▶

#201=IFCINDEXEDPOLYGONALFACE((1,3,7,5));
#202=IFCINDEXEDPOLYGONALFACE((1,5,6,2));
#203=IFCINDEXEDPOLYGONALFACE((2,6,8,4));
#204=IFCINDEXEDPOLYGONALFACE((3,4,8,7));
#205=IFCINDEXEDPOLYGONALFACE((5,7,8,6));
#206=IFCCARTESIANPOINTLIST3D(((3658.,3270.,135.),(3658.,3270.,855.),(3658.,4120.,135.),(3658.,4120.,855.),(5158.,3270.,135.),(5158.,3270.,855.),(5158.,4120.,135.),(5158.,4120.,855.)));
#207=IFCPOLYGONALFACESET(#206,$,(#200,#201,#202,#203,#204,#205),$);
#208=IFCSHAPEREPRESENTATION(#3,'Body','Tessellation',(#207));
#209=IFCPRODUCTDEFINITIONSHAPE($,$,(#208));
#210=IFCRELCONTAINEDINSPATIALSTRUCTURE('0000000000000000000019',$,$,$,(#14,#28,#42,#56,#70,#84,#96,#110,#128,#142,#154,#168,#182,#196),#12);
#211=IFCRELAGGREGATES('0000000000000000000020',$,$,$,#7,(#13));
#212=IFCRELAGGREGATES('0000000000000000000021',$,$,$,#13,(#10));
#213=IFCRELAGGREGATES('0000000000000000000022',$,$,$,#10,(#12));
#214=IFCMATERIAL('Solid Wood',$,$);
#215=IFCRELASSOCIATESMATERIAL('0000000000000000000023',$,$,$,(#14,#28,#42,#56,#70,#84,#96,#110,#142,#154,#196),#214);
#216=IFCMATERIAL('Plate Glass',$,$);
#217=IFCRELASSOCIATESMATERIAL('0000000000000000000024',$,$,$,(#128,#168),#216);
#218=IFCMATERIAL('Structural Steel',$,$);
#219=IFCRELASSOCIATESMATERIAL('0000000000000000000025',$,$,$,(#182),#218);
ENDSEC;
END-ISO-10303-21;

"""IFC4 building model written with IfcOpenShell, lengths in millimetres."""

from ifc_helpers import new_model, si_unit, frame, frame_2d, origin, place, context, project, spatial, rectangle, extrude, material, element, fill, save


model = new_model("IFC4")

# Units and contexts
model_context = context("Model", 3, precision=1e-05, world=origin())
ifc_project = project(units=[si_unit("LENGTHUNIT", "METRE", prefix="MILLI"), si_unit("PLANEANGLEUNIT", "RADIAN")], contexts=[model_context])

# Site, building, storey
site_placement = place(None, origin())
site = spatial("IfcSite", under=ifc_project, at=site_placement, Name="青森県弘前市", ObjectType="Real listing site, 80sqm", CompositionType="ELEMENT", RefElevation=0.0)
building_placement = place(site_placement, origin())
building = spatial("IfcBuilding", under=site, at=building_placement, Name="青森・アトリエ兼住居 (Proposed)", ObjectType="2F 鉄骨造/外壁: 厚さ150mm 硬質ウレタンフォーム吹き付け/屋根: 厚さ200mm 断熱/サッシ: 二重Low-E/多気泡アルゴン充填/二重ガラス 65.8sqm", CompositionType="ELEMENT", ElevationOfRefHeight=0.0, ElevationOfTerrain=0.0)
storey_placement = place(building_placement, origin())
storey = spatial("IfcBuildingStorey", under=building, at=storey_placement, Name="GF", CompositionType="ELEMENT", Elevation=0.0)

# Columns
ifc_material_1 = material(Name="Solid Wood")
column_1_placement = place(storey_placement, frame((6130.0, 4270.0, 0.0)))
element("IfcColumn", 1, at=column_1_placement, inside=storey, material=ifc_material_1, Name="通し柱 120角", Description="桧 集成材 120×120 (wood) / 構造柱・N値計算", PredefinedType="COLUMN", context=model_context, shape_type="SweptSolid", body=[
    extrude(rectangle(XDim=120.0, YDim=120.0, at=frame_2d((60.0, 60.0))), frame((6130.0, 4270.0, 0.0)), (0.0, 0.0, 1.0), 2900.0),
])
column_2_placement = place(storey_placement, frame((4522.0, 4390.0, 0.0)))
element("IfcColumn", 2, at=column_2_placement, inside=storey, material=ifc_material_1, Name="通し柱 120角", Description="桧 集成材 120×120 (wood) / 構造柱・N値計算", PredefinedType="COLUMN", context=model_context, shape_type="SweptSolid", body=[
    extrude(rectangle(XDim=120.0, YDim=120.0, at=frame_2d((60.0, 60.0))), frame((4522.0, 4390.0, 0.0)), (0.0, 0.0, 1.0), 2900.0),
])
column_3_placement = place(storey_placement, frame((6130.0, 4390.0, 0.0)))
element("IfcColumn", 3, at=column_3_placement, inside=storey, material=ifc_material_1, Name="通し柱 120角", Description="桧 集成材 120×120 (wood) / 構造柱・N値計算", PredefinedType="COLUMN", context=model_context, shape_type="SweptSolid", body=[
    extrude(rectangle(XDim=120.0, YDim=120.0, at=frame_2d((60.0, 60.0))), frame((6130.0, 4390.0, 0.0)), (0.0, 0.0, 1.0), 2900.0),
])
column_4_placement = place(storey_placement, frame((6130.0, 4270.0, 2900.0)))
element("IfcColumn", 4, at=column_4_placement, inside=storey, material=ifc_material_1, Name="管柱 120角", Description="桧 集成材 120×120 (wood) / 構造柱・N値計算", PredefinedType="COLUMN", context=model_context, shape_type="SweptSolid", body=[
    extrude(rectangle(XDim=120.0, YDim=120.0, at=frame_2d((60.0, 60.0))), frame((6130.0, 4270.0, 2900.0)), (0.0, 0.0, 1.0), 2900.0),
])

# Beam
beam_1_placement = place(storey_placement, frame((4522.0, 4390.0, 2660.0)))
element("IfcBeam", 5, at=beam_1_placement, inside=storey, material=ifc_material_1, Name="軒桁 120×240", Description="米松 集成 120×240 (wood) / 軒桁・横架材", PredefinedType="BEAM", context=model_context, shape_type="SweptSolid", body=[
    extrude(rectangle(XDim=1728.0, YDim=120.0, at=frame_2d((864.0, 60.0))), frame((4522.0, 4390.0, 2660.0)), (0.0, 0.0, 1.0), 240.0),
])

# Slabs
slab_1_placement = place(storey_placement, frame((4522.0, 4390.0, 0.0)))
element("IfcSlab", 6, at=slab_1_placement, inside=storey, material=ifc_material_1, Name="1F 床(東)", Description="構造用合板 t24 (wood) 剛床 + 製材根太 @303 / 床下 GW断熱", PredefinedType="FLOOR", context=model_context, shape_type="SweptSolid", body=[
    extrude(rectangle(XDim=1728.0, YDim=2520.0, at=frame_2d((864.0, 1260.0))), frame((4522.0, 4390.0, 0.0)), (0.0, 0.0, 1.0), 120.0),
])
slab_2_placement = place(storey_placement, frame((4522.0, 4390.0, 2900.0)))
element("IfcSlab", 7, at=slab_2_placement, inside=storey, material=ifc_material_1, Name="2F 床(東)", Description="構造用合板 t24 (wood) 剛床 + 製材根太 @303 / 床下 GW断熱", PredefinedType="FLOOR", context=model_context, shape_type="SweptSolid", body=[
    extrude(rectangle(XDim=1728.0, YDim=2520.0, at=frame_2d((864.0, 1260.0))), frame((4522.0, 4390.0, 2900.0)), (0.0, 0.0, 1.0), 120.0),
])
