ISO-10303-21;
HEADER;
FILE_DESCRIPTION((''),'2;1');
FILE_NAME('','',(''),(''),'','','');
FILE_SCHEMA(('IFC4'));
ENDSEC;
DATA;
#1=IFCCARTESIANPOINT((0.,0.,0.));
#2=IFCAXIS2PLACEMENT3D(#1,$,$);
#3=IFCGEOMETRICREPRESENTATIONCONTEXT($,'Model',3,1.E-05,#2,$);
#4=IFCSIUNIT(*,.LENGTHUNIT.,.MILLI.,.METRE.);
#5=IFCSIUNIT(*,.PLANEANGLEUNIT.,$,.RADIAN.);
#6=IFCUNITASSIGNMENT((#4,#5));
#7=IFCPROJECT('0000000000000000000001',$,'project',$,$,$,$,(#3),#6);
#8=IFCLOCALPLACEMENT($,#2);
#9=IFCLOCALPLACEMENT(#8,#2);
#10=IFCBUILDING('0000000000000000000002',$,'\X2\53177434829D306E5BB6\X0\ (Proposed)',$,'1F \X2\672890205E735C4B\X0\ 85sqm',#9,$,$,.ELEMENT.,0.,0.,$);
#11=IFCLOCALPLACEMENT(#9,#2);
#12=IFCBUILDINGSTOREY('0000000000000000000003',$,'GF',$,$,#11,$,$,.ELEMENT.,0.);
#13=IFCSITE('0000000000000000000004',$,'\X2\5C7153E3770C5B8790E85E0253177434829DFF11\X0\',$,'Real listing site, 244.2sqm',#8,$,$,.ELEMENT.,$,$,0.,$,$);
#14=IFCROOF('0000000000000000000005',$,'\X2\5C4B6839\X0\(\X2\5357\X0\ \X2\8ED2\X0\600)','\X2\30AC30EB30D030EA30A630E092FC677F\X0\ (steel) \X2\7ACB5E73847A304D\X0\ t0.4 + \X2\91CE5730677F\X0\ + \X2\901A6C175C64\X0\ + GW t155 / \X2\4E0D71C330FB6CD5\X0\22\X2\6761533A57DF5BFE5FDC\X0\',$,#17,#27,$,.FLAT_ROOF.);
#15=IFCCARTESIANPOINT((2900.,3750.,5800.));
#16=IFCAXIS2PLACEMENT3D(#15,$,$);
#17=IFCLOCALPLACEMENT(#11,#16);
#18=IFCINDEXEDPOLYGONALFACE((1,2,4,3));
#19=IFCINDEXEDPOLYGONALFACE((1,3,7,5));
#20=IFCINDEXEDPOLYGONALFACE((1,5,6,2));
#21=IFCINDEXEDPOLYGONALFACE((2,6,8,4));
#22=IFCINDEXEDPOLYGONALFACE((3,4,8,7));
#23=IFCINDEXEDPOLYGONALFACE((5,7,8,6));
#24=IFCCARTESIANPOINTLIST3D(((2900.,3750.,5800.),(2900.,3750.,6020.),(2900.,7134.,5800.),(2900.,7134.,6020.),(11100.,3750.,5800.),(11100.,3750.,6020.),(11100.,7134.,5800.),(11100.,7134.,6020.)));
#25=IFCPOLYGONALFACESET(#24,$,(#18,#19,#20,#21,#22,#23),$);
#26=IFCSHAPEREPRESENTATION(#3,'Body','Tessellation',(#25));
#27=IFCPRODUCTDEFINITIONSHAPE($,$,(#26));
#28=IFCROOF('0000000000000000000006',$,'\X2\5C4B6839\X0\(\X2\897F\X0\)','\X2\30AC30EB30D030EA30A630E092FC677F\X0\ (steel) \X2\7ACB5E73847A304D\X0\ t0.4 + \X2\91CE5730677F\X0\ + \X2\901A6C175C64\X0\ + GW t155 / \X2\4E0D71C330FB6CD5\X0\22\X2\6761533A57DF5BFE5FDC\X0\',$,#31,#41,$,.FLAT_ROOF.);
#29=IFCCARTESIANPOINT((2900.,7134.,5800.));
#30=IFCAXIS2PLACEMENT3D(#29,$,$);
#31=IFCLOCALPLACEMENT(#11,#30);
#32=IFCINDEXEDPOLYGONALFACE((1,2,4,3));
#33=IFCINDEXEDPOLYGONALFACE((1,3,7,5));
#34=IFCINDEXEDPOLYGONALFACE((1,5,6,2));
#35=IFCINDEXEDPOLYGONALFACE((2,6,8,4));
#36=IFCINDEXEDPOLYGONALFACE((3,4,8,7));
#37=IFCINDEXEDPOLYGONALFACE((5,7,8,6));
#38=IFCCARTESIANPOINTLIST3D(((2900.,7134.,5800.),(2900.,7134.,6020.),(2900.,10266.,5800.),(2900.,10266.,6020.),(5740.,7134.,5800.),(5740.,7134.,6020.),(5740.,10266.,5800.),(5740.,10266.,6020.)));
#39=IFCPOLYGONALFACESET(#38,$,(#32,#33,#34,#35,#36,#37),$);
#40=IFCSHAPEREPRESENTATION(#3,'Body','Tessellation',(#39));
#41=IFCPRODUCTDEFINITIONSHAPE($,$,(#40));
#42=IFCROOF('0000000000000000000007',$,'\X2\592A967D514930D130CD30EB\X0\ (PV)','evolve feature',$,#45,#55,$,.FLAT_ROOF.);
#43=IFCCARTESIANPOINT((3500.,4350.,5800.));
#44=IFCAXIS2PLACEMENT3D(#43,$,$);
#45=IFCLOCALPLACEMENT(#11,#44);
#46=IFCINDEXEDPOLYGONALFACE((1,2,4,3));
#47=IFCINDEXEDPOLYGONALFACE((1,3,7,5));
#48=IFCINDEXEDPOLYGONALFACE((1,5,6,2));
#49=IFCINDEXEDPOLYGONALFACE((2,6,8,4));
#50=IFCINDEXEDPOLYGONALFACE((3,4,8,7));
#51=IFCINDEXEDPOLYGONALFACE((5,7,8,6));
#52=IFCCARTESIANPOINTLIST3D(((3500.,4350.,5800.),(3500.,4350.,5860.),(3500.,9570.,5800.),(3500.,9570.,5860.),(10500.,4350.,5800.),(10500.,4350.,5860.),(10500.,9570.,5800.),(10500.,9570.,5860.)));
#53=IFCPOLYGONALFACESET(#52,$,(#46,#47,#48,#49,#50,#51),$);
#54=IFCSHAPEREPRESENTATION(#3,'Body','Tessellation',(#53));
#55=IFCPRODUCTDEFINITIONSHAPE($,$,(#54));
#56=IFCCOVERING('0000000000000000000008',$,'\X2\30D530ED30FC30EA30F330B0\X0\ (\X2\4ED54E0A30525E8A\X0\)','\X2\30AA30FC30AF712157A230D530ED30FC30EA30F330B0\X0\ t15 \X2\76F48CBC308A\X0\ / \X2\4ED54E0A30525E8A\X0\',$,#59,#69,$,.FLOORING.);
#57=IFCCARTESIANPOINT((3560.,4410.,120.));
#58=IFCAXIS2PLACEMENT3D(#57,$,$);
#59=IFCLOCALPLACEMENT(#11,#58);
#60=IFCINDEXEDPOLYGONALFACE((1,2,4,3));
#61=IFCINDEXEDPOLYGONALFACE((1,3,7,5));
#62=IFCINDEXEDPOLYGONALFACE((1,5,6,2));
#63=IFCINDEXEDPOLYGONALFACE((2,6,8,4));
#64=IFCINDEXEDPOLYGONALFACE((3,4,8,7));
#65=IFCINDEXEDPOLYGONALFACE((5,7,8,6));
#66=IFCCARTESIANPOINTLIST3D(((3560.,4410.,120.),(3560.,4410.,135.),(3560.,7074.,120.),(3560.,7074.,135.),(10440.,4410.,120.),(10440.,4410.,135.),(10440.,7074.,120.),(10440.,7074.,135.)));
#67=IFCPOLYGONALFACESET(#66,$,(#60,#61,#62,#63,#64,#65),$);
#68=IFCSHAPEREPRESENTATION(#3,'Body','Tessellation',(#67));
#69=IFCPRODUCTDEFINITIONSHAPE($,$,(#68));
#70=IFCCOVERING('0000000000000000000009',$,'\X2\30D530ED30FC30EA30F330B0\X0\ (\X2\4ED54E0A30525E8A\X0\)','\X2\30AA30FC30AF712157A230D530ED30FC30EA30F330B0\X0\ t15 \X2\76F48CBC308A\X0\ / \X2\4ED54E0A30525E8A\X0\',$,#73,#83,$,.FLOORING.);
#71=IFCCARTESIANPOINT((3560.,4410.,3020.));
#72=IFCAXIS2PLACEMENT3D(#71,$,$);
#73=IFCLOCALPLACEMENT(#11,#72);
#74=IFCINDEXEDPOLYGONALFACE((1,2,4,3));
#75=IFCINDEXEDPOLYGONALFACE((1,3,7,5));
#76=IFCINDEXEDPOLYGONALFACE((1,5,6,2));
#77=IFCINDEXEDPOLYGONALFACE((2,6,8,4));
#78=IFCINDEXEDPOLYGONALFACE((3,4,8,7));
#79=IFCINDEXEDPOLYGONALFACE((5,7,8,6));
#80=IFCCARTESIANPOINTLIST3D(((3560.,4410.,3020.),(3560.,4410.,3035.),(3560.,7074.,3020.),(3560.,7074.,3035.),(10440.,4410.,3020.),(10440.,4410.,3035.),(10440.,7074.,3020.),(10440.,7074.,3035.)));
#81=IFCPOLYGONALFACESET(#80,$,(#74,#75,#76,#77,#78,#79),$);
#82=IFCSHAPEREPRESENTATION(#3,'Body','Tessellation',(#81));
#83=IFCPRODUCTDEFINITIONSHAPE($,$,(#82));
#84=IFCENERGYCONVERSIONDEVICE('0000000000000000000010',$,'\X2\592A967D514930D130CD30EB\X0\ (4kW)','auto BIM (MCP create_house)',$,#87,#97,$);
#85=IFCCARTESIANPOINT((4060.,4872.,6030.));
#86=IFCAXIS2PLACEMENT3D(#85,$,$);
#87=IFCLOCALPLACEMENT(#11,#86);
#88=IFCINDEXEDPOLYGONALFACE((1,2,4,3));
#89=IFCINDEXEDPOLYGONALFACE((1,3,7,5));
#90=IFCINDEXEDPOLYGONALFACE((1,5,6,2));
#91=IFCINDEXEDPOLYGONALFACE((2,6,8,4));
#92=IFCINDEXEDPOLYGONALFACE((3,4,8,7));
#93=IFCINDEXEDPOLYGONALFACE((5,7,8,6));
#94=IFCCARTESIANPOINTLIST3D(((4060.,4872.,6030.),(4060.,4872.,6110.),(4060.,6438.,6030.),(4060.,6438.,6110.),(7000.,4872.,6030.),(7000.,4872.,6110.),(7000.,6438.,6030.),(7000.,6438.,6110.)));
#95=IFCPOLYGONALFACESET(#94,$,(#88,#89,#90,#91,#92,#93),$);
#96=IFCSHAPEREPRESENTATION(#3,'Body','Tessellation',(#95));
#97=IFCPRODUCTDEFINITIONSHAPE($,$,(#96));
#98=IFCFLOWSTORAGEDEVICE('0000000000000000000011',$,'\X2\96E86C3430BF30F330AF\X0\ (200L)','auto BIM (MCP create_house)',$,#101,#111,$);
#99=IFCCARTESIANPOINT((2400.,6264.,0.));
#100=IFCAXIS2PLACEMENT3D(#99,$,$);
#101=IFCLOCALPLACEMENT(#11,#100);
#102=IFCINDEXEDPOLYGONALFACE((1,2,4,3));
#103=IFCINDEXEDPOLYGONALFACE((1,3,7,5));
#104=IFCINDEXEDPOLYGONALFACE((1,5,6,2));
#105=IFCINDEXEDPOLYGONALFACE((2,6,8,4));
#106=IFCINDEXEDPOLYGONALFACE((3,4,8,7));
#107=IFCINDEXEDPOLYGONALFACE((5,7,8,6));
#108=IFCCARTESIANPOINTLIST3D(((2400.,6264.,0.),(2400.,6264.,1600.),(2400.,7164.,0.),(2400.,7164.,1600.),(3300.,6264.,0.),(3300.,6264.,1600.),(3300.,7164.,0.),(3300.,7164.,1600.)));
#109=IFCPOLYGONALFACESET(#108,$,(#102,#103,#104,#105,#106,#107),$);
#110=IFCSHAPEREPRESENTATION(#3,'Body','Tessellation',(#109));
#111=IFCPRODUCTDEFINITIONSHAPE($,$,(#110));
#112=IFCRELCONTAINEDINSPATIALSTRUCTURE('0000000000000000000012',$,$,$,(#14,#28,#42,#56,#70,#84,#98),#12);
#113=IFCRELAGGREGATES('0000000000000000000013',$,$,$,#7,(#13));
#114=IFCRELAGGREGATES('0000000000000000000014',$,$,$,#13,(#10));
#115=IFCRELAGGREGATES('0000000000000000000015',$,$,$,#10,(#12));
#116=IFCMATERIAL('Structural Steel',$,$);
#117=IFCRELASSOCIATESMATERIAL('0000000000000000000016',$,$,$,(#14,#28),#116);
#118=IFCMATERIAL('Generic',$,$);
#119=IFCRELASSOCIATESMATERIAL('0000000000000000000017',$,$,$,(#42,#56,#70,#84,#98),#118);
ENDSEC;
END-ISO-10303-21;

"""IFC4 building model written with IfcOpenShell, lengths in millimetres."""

from ifc_helpers import new_model, si_unit, frame, frame_2d, origin, place, context, project, spatial, rectangle, extrude, material, element, save


model = new_model("IFC4")

# Units and contexts
model_context = context("Model", 3, precision=1e-05, world=origin())
ifc_project = project(units=[si_unit("LENGTHUNIT", "METRE", prefix="MILLI"), si_unit("PLANEANGLEUNIT", "RADIAN")], contexts=[model_context])

# Site, building, storey
site_placement = place(None, origin())
site = spatial("IfcSite", under=ifc_project, at=site_placement, Name="山口県宇部市北琴芝１", ObjectType="Real listing site, 244.2sqm", CompositionType="ELEMENT", RefElevation=0.0)
building_placement = place(site_placement, origin())
building = spatial("IfcBuilding", under=site, at=building_placement, Name="北琴芝の家 (Proposed)", ObjectType="1F 木造平屋 85sqm", CompositionType="ELEMENT", ElevationOfRefHeight=0.0, ElevationOfTerrain=0.0)
storey_placement = place(building_placement, origin())
storey = spatial("IfcBuildingStorey", under=building, at=storey_placement, Name="GF", CompositionType="ELEMENT", Elevation=0.0)

# Shared definitions
ifc_material_1 = material(Name="Generic")

# Roofs
ifc_material_2 = material(Name="Structural Steel")
roof_1_placement = place(storey_placement, frame((2900.0, 3750.0, 5800.0)))
element("IfcRoof", 1, at=roof_1_placement, inside=storey, material=ifc_material_2, Name="屋根(南 軒600)", Description="ガルバリウム鋼板 (steel) 立平葺き t0.4 + 野地板 + 通気層 + GW t155 / 不燃・法22条区域対応", PredefinedType="FLAT_ROOF", context=model_context, shape_type="SweptSolid", body=[
    extrude(rectangle(XDim=8200.0, YDim=3384.0, at=frame_2d((4100.0, 1692.0))), frame((2900.0, 3750.0, 5800.0)), (0.0, 0.0, 1.0), 220.0),
])
roof_2_placement = place(storey_placement, frame((2900.0, 7134.0, 5800.0)))
element("IfcRoof", 2, at=roof_2_placement, inside=storey, material=ifc_material_2, Name="屋根(西)", Description="ガルバリウム鋼板 (steel) 立平葺き t0.4 + 野地板 + 通気層 + GW t155 / 不燃・法22条区域対応", PredefinedType="FLAT_ROOF", context=model_context, shape_type="SweptSolid", body=[
    extrude(rectangle(XDim=2840.0, YDim=3132.0, at=frame_2d((1420.0, 1566.0))), frame((2900.0, 7134.0, 5800.0)), (0.0, 0.0, 1.0), 220.0),
])
roof_3_placement = place(storey_placement, frame((3500.0, 4350.0, 5800.0)))
element("IfcRoof", 3, at=roof_3_placement, inside=storey, material=ifc_material_1, Name="太陽光パネル (PV)", Description="evolve feature", PredefinedType="FLAT_ROOF", context=model_context, shape_type="SweptSolid", body=[
    extrude(rectangle(XDim=7000.0, YDim=5220.0, at=frame_2d((3500.0, 2610.0))), frame((3500.0, 4350.0, 5800.0)), (0.0, 0.0, 1.0), 60.0),
])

◀

■ Work order: How many lines of the material above contain the string "IFCRELASSOCIATESMATERIAL"? Answer with the number only.

■ Response for this exercise: 5